HGAT
HGAT copied to clipboard
Confusion when compared with the Paper.
It seems that in paper, type-level attention is calculated followed by node-level. But in code it looks quite the opposite. Also, in node-level attention, there is no concatenation operation like in paper. And even after applying softmax, there are extra steps, I don't understand what it has to do with the equations in the paper.
attention = F.softmax(attention, dim=1)
attention = torch.mul(attention, adj.sum(1).repeat(M, 1).t())
attention = torch.add(attention * self.gamma, adj.to_dense() * (1 - self.gamma))
h_prime = torch.matmul(attention, g)
What is the significance of these steps? And also can someone explain the Node-Level Attention part in the code?
Hi, below is my opinion, may be not very true.
attention = torch.mul(attention, adj.sum(1).repeat(M, 1).t())
I think after the above softmax operation, the attention's weight has been scaled smaller, so it should be recovered to original weight level by using torch.mul with the total connection count of node.
attention = torch.add(attention * self.gamma, adj.to_dense() * (1 - self.gamma))

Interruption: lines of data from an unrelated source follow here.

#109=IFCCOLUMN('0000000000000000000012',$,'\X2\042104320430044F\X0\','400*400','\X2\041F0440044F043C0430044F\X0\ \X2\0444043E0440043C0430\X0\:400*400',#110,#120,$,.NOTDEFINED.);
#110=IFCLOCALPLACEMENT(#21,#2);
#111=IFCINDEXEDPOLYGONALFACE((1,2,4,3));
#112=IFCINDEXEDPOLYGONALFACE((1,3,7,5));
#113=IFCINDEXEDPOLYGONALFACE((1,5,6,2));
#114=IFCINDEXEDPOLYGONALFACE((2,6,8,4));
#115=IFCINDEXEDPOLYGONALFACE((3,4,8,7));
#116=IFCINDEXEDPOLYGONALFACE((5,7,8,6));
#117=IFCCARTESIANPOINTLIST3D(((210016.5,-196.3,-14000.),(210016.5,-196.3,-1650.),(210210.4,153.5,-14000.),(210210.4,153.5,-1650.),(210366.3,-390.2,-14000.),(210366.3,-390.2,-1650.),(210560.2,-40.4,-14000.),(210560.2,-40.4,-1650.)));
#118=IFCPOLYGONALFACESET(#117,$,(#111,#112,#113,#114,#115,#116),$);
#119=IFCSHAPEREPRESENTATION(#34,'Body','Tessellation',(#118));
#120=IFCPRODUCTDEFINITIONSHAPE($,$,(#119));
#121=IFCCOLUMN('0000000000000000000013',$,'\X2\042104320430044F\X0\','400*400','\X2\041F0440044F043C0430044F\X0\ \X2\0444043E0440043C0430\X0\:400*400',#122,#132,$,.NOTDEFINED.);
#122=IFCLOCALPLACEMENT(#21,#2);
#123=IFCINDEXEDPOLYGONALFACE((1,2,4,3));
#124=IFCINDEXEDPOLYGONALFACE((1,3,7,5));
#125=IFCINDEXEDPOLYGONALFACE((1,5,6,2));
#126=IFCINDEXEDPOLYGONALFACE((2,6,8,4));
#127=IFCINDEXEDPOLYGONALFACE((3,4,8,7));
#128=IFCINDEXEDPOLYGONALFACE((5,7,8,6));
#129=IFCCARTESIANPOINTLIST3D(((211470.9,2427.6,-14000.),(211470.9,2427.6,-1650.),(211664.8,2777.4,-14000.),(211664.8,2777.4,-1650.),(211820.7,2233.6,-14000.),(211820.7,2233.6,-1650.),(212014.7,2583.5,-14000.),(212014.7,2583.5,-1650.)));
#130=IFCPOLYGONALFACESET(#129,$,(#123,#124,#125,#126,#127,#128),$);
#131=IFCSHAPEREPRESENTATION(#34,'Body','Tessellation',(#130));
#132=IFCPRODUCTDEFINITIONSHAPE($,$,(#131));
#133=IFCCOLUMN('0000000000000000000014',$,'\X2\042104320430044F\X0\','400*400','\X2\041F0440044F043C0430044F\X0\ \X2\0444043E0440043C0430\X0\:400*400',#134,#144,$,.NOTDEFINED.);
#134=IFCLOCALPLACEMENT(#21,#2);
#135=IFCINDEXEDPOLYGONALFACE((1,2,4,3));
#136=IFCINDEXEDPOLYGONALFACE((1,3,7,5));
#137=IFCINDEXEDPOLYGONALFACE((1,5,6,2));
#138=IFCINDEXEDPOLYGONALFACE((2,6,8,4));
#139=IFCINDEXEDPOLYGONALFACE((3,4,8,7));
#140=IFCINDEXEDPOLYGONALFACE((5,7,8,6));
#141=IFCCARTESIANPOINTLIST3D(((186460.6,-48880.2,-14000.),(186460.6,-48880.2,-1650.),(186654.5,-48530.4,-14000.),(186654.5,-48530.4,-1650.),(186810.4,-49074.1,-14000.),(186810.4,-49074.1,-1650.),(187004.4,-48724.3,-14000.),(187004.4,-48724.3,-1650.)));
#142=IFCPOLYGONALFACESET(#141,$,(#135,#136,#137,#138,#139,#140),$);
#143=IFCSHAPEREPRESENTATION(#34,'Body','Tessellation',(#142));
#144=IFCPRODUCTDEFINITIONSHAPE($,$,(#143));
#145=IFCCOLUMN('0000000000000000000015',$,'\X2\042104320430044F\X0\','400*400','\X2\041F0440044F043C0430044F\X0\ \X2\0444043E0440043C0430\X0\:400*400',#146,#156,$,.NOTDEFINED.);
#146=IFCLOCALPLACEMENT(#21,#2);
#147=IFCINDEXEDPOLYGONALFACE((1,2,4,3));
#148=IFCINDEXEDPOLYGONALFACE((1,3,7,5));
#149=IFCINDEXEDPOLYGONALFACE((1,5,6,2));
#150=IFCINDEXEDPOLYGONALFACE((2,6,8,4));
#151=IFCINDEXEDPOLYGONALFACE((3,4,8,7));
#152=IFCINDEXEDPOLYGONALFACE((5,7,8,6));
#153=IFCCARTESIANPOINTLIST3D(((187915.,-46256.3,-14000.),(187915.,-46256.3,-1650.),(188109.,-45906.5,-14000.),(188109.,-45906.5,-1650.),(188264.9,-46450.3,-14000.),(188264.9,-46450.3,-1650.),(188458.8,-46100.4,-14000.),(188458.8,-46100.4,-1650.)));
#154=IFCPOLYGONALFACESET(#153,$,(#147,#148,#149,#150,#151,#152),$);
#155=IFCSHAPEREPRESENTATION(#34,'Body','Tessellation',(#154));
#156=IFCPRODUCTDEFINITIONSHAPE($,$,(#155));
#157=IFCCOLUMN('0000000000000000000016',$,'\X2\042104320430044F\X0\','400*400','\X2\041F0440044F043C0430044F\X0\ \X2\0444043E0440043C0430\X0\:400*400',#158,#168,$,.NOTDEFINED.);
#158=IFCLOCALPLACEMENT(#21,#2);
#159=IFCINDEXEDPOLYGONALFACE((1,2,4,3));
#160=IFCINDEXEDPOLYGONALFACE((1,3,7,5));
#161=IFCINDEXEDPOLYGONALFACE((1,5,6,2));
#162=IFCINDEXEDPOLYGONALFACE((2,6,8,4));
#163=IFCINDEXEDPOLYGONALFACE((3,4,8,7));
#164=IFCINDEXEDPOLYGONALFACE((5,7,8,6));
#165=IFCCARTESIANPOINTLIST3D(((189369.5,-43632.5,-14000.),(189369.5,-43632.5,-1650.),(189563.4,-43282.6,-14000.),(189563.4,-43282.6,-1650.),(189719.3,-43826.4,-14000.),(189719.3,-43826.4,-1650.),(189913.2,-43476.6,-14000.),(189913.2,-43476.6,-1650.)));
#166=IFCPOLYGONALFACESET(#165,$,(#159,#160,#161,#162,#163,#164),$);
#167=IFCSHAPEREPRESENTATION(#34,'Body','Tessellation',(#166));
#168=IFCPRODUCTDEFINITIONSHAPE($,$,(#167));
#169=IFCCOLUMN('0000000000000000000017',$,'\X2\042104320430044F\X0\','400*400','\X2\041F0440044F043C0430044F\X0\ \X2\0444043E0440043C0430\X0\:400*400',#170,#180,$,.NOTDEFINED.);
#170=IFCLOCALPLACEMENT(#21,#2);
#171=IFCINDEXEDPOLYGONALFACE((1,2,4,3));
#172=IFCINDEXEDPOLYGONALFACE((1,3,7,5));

I think this statement is to deal with the balance with attention and original node weight, so it use gamma to combine together.

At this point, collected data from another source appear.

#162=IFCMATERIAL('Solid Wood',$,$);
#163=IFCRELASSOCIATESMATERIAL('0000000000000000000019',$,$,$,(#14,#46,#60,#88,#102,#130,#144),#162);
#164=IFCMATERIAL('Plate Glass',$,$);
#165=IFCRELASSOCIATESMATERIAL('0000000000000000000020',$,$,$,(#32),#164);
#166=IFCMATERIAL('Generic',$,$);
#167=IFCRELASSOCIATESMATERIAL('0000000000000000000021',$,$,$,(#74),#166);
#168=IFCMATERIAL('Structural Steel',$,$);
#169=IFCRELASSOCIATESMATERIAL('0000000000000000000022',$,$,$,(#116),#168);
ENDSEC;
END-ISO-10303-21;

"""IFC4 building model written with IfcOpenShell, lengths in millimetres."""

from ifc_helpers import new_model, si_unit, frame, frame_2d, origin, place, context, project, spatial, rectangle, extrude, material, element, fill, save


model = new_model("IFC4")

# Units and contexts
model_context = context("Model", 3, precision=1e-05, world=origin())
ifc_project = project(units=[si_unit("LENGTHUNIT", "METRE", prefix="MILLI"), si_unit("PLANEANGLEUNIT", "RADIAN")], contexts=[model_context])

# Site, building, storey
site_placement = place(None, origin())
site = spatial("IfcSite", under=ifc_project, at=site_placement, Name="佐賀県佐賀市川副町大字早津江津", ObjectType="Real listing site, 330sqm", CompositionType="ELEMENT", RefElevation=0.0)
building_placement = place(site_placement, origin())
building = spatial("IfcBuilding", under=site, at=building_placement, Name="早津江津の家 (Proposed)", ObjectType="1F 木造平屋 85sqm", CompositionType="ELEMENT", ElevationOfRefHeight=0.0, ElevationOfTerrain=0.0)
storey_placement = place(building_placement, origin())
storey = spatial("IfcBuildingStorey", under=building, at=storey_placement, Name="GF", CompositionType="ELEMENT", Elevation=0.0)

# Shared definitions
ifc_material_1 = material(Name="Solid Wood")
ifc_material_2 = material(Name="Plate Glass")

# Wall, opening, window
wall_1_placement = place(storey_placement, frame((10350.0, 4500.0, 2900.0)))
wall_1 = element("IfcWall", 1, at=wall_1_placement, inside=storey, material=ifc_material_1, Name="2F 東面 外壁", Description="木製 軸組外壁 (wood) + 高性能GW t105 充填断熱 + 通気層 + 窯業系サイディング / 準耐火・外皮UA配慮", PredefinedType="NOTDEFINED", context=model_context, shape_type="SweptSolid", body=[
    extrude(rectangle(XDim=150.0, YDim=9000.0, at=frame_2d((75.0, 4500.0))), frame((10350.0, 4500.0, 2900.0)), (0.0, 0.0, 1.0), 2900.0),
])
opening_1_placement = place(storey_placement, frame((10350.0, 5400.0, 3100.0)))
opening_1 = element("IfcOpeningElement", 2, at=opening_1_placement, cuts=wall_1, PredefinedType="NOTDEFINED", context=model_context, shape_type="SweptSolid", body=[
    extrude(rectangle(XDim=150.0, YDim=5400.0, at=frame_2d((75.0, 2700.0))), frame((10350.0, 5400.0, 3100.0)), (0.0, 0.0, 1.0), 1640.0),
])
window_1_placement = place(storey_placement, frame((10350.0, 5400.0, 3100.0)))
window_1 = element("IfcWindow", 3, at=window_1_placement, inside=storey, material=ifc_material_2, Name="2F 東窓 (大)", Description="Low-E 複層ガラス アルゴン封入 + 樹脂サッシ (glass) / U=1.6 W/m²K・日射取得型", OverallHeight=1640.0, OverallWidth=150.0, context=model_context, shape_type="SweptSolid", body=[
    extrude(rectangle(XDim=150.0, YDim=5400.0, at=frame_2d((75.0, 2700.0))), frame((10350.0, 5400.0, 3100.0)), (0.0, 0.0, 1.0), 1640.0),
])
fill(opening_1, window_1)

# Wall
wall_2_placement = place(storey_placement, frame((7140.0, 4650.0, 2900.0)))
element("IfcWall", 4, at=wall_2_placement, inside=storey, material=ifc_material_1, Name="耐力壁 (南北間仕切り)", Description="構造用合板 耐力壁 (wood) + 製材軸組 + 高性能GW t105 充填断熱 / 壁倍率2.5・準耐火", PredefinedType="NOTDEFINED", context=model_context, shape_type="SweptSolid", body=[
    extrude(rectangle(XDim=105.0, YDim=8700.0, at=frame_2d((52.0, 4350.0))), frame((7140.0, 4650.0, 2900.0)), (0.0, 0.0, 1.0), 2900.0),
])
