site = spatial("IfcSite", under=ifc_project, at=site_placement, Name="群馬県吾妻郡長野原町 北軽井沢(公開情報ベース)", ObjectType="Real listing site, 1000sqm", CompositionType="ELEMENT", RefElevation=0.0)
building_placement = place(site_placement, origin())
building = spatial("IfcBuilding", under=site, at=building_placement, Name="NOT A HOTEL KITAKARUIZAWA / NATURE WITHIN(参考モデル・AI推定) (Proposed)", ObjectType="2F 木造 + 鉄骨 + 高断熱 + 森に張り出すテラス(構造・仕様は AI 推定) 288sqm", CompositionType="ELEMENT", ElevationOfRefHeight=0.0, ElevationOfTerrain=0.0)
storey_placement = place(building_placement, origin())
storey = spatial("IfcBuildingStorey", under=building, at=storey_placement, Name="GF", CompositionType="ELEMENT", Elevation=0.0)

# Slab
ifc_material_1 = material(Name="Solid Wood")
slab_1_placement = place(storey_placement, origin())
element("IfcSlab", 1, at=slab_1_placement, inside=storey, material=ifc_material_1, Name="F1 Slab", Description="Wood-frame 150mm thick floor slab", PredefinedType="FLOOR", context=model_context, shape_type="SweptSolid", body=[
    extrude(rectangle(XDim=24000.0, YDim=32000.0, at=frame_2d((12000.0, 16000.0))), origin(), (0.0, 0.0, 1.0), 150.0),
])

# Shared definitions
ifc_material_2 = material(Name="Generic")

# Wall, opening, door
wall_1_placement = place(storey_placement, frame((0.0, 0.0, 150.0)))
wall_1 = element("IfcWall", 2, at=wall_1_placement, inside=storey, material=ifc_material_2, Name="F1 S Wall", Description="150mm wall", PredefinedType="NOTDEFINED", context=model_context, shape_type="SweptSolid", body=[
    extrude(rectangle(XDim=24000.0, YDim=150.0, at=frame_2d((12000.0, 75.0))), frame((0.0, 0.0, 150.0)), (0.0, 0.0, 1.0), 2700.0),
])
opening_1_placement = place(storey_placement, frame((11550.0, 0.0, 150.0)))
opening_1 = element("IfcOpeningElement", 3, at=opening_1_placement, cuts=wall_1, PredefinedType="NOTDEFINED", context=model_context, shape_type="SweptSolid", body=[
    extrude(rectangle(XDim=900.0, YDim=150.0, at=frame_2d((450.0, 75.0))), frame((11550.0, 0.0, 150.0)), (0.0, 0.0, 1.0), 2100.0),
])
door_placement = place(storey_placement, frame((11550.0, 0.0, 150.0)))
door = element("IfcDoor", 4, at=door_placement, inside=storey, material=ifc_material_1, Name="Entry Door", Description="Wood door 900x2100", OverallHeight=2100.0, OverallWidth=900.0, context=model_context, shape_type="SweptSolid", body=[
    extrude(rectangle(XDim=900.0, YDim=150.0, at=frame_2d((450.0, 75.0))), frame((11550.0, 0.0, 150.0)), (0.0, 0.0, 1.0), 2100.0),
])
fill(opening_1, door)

You could use ipdb to debug the code, to see what happen under the hook.
@jimmy-walker Thank you. Yes, it kind of makes sense now. There is one more thing. The last line:
h_prime = torch.matmul(attention, g)
Is this related to equation (7) ?
It may correspond the part of equation(7), which locates within sigma. It's a long time away from reading above code. 囧rz Sorry, I am busy with the work now. If I have time, I would recheck it carefully.
Okay, no worries. I might write an explanation of how equation (5) and (6) are related to the code. So, it'll be easier for others too. Thanks again.
Okay, no worries. I might write an explanation of how equation (5) and (6) are related to the code. So, it'll be easier for others too. Thanks again.
Good Job, Looking forward to see the explanation.
bro, in the type_level's code (SelfAttention), what's the explanation of this line ? outputs = torch.matmul(weights.transpose(1, 2), inputs).squeeze(1) * 3 Thanks!
@YiTangJ
- Outputs = weights_transpose.inputs * 3 (I'm not sure why it is multiplied by 3)
- redundant dimension is removed by squeeze
- outputs shape = (N, in_features) = (N, 512)
- torch.matmul uses batch multiplication. See here
thanks!And you mean outputs = weights_transpose * inputs * 3,right?
Yes, outputs = weights_transpose * inputs * 3
.
Do you know why it is multiplied by 3?
@abhinab303 in my opinion,because there are three types of nodes:short text/entity/topic . But i'm not sure.